Israel threatened yesterday to kill Hamas leaders and launch a ground offensive in Gaza unless international pressure was brought on the ruling Islamist group to halt cross-border rocket attacks.
Asked if Prime Minister Ismail Haniyeh of Hamas was on Israel's hit-list, Deputy Defense Minister Ephraim Sneh said: "There is no one in the leading, commanding circle of Hamas who has immunity."
Sami Abu Zuhri, a Hamas official, said in response in Gaza: "Any harm to Prime Minister Haniyeh or any Hamas leader would mean a change in the rules of the game and the occupier [Israel] must be ready to pay an unprecedented price."
Israeli Defense Minister Amir Peretz, meeting the EU's foreign policy chief, Javier Solana, called on the international community to take action immediately to try to persuade Hamas to stop launching the makeshift rockets.
Abu Zuhri said Israel must first stop all its attacks on Palestinians before the group and other factions could consider halting their own strikes.

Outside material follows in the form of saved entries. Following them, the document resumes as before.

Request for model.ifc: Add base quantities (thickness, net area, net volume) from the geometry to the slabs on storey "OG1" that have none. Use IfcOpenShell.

First a look at what the model holds.

```python
import ifcopenshell
import ifcopenshell.util.element
import ifcopenshell.util.unit

model = ifcopenshell.open("model.ifc")
print(model.schema)
for unit_type in ("LENGTHUNIT", "AREAUNIT", "VOLUMEUNIT"):
    print(unit_type, ifcopenshell.util.unit.calculate_unit_scale(model, unit_type))
storey = next(s for s in model.by_type("IfcBuildingStorey") if s.Name == "OG1")
slabs = [e for e in ifcopenshell.util.element.get_decomposition(storey) if e.is_a("IfcSlab")]
for e in sorted(slabs, key=lambda e: e.id()):
    print(e.id(), e.is_a(), e.Name, list(ifcopenshell.util.element.get_psets(e, qtos_only=True)), sep=" | ")
```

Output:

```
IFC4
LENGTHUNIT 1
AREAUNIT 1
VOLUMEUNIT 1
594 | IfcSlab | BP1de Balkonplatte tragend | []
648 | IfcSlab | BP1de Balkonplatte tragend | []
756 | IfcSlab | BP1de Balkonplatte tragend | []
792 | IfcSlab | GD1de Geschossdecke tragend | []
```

```python
import ifcopenshell
import ifcopenshell.api.pset
import ifcopenshell.geom
import ifcopenshell.util.element
import ifcopenshell.util.shape
import ifcopenshell.util.unit

model = ifcopenshell.open("model.ifc")
unit_scale = ifcopenshell.util.unit.calculate_unit_scale(model)
area_scale = ifcopenshell.util.unit.calculate_unit_scale(model, "AREAUNIT")
volume_scale = ifcopenshell.util.unit.calculate_unit_scale(model, "VOLUMEUNIT")
settings = ifcopenshell.geom.settings()

storey = next(s for s in model.by_type("IfcBuildingStorey") if s.Name == "OG1")
slabs = [e for e in ifcopenshell.util.element.get_decomposition(storey) if e.is_a("IfcSlab")]

for e in sorted(slabs, key=lambda e: e.id()):
    if ifcopenshell.util.element.get_psets(e, qtos_only=True, should_inherit=False):
        continue
    # Geometry comes back in metres, in the element's own axes.
    shape = ifcopenshell.geom.create_shape(settings, e)
    values = {
        "Width": ifcopenshell.util.shape.get_z(shape.geometry) / unit_scale,
        "NetArea": ifcopenshell.util.shape.get_footprint_area(shape.geometry) / area_scale,
        "NetVolume": ifcopenshell.util.shape.get_volume(shape.geometry) / volume_scale,
    }
    qto = ifcopenshell.api.pset.add_qto(model, product=e, name="Qto_SlabBaseQuantities")
    ifcopenshell.api.pset.edit_qto(model, qto=qto, properties=values)
    print(e.id(), {k: round(v, 3) for k, v in values.items()})

model.write("model_v2.ifc")
```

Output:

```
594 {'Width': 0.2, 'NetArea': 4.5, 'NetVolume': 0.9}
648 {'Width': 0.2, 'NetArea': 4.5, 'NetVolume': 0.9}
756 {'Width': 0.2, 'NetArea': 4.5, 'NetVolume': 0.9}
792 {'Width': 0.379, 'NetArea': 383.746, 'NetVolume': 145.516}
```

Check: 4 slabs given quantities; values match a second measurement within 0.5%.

The Israeli army said about 150 rockets have been fired from Gaza in a week in which Hamas, which had been battling the Fatah faction of Palestinian President Mahmoud Abbas, turned to attacks against Israel, accusing the Jewish state of aiding its rival.
A woman was killed on Monday in the Israeli town of Sderot, the first fatality in a Palestinian rocket attack since November.
Israeli air strikes over the past week have killed at least 34 Palestinians, medical officials said in Gaza. Militant groups said 23 of the dead were fighters.
"Now this is a test for European diplomacy. It is a test for US diplomacy. It is a test for the diplomacy of the free world. If the rockets do not stop, we will not stop," Peretz said, with Solana at his side.
"We have been acting very, very patiently. We have been biting our lip and trying not to get to a situation whereby we have to enter into a ground operation," he said.